RECORDED INFORMATION START
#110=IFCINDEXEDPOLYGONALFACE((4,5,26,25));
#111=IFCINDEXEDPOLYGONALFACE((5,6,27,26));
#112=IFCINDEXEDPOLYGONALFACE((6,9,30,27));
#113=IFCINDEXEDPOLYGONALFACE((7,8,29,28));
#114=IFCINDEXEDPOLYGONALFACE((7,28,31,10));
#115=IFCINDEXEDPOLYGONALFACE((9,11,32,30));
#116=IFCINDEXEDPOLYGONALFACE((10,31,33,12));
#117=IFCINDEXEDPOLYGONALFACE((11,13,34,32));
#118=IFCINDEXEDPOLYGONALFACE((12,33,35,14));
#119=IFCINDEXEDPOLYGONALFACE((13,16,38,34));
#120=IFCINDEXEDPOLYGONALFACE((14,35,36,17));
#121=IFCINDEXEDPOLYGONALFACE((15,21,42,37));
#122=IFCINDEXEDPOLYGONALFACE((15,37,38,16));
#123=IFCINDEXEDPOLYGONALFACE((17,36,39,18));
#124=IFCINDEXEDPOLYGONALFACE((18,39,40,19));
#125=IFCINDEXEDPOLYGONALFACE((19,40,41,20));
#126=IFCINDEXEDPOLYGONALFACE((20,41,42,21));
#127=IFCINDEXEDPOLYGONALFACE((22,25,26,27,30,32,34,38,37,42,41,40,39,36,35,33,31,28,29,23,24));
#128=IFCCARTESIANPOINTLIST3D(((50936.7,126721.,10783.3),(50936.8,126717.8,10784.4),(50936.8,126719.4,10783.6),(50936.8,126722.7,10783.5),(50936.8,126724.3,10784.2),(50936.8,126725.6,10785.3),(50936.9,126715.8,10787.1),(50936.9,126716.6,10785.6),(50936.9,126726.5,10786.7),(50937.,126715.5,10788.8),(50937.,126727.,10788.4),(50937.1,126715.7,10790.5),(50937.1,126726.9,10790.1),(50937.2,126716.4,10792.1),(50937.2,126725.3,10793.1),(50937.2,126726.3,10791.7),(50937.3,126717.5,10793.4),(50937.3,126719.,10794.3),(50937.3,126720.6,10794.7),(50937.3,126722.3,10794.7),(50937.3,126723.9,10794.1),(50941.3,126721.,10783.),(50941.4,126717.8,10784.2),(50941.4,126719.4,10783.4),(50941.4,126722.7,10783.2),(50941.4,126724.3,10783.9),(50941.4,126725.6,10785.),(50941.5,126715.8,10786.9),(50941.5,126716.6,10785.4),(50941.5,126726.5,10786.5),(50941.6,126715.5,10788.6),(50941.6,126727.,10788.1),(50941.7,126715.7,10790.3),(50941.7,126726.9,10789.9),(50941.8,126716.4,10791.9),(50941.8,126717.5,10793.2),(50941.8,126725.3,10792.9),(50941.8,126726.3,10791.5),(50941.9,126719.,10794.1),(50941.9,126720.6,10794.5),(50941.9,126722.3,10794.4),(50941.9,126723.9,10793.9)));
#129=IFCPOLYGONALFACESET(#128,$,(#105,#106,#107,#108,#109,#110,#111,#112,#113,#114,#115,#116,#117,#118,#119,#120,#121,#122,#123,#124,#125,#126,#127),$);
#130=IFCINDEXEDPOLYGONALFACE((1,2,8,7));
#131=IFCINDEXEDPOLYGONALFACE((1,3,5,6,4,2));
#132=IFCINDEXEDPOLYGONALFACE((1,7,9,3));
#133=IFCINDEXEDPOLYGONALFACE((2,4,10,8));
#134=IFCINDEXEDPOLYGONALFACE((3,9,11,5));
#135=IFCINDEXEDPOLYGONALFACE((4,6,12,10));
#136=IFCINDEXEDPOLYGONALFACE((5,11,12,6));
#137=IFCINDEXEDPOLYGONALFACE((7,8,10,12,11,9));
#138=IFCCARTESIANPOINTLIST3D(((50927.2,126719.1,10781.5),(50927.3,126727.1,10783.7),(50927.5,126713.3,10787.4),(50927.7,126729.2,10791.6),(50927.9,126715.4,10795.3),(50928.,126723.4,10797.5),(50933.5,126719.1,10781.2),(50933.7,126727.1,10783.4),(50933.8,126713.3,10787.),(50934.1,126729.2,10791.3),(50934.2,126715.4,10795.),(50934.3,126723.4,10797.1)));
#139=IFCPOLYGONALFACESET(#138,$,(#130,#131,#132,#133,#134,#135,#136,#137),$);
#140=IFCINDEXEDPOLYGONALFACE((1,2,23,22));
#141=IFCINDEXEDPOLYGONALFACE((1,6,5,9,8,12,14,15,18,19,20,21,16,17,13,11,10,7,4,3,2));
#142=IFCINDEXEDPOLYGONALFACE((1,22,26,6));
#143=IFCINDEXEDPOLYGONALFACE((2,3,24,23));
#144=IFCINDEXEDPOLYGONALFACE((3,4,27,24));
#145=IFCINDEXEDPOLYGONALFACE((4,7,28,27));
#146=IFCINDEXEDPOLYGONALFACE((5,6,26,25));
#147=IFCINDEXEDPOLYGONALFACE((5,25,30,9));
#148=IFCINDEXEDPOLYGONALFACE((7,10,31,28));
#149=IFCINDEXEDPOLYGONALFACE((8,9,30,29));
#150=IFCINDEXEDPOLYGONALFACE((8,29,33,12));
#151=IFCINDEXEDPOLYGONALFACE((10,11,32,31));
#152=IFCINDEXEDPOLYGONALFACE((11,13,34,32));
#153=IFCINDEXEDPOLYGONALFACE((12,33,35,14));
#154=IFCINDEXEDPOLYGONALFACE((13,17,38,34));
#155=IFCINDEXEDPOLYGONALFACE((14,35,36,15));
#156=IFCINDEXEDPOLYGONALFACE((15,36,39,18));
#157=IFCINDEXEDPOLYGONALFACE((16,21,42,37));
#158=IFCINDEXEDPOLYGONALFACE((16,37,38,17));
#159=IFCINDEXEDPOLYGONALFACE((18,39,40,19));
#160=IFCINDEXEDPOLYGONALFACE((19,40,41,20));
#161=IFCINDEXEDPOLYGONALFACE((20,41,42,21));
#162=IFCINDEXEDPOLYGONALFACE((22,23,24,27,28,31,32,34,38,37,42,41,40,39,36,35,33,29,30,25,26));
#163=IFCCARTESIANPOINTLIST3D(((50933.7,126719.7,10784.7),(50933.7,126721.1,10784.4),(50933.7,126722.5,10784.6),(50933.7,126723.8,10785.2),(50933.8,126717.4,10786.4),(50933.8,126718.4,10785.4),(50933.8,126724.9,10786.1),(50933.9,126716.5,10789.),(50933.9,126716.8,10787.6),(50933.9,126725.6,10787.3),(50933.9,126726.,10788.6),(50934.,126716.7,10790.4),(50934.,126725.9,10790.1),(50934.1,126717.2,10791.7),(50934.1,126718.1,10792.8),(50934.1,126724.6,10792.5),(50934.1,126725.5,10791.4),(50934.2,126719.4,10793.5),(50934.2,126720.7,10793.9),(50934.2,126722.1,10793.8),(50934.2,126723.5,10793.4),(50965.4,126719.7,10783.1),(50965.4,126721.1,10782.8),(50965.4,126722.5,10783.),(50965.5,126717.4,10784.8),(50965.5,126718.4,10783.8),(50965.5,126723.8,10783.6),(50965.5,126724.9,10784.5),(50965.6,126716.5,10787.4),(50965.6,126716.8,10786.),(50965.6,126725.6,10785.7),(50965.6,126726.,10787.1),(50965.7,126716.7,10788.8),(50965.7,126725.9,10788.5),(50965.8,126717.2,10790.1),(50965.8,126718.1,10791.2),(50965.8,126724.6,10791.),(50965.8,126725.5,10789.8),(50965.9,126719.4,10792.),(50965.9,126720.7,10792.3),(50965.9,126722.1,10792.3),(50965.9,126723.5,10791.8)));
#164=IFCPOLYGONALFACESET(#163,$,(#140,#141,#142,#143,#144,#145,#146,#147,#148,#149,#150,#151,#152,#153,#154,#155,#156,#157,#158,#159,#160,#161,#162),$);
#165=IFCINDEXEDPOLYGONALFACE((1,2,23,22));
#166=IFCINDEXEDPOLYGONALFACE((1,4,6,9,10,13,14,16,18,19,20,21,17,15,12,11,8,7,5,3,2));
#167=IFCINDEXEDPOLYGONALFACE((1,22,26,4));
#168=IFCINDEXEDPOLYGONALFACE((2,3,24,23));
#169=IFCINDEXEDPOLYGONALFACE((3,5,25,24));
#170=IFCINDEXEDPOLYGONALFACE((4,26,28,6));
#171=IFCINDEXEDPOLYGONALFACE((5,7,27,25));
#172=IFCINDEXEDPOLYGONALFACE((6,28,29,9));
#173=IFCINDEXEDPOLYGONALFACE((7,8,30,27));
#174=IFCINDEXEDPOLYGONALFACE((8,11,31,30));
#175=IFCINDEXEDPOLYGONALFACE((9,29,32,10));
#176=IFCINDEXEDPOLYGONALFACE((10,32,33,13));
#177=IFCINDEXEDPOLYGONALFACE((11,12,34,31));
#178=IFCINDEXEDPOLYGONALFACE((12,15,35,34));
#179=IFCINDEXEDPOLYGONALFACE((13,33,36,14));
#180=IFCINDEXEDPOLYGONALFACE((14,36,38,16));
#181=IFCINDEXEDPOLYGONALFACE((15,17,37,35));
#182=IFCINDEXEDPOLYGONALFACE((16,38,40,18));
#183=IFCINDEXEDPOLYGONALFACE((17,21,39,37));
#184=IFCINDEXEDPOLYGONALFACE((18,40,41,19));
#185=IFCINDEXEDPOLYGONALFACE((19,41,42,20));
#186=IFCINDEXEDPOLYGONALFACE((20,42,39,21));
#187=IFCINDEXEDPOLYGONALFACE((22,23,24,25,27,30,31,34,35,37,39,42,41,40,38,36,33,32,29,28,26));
RECORDED INFORMATION END
*ASSIGNED TASK*
Could you tally the lines in the data that contain the string "IFCPOLYGONALFACESET" and answer with the number alone?

*RESULT FOR THIS EXERCISE*
3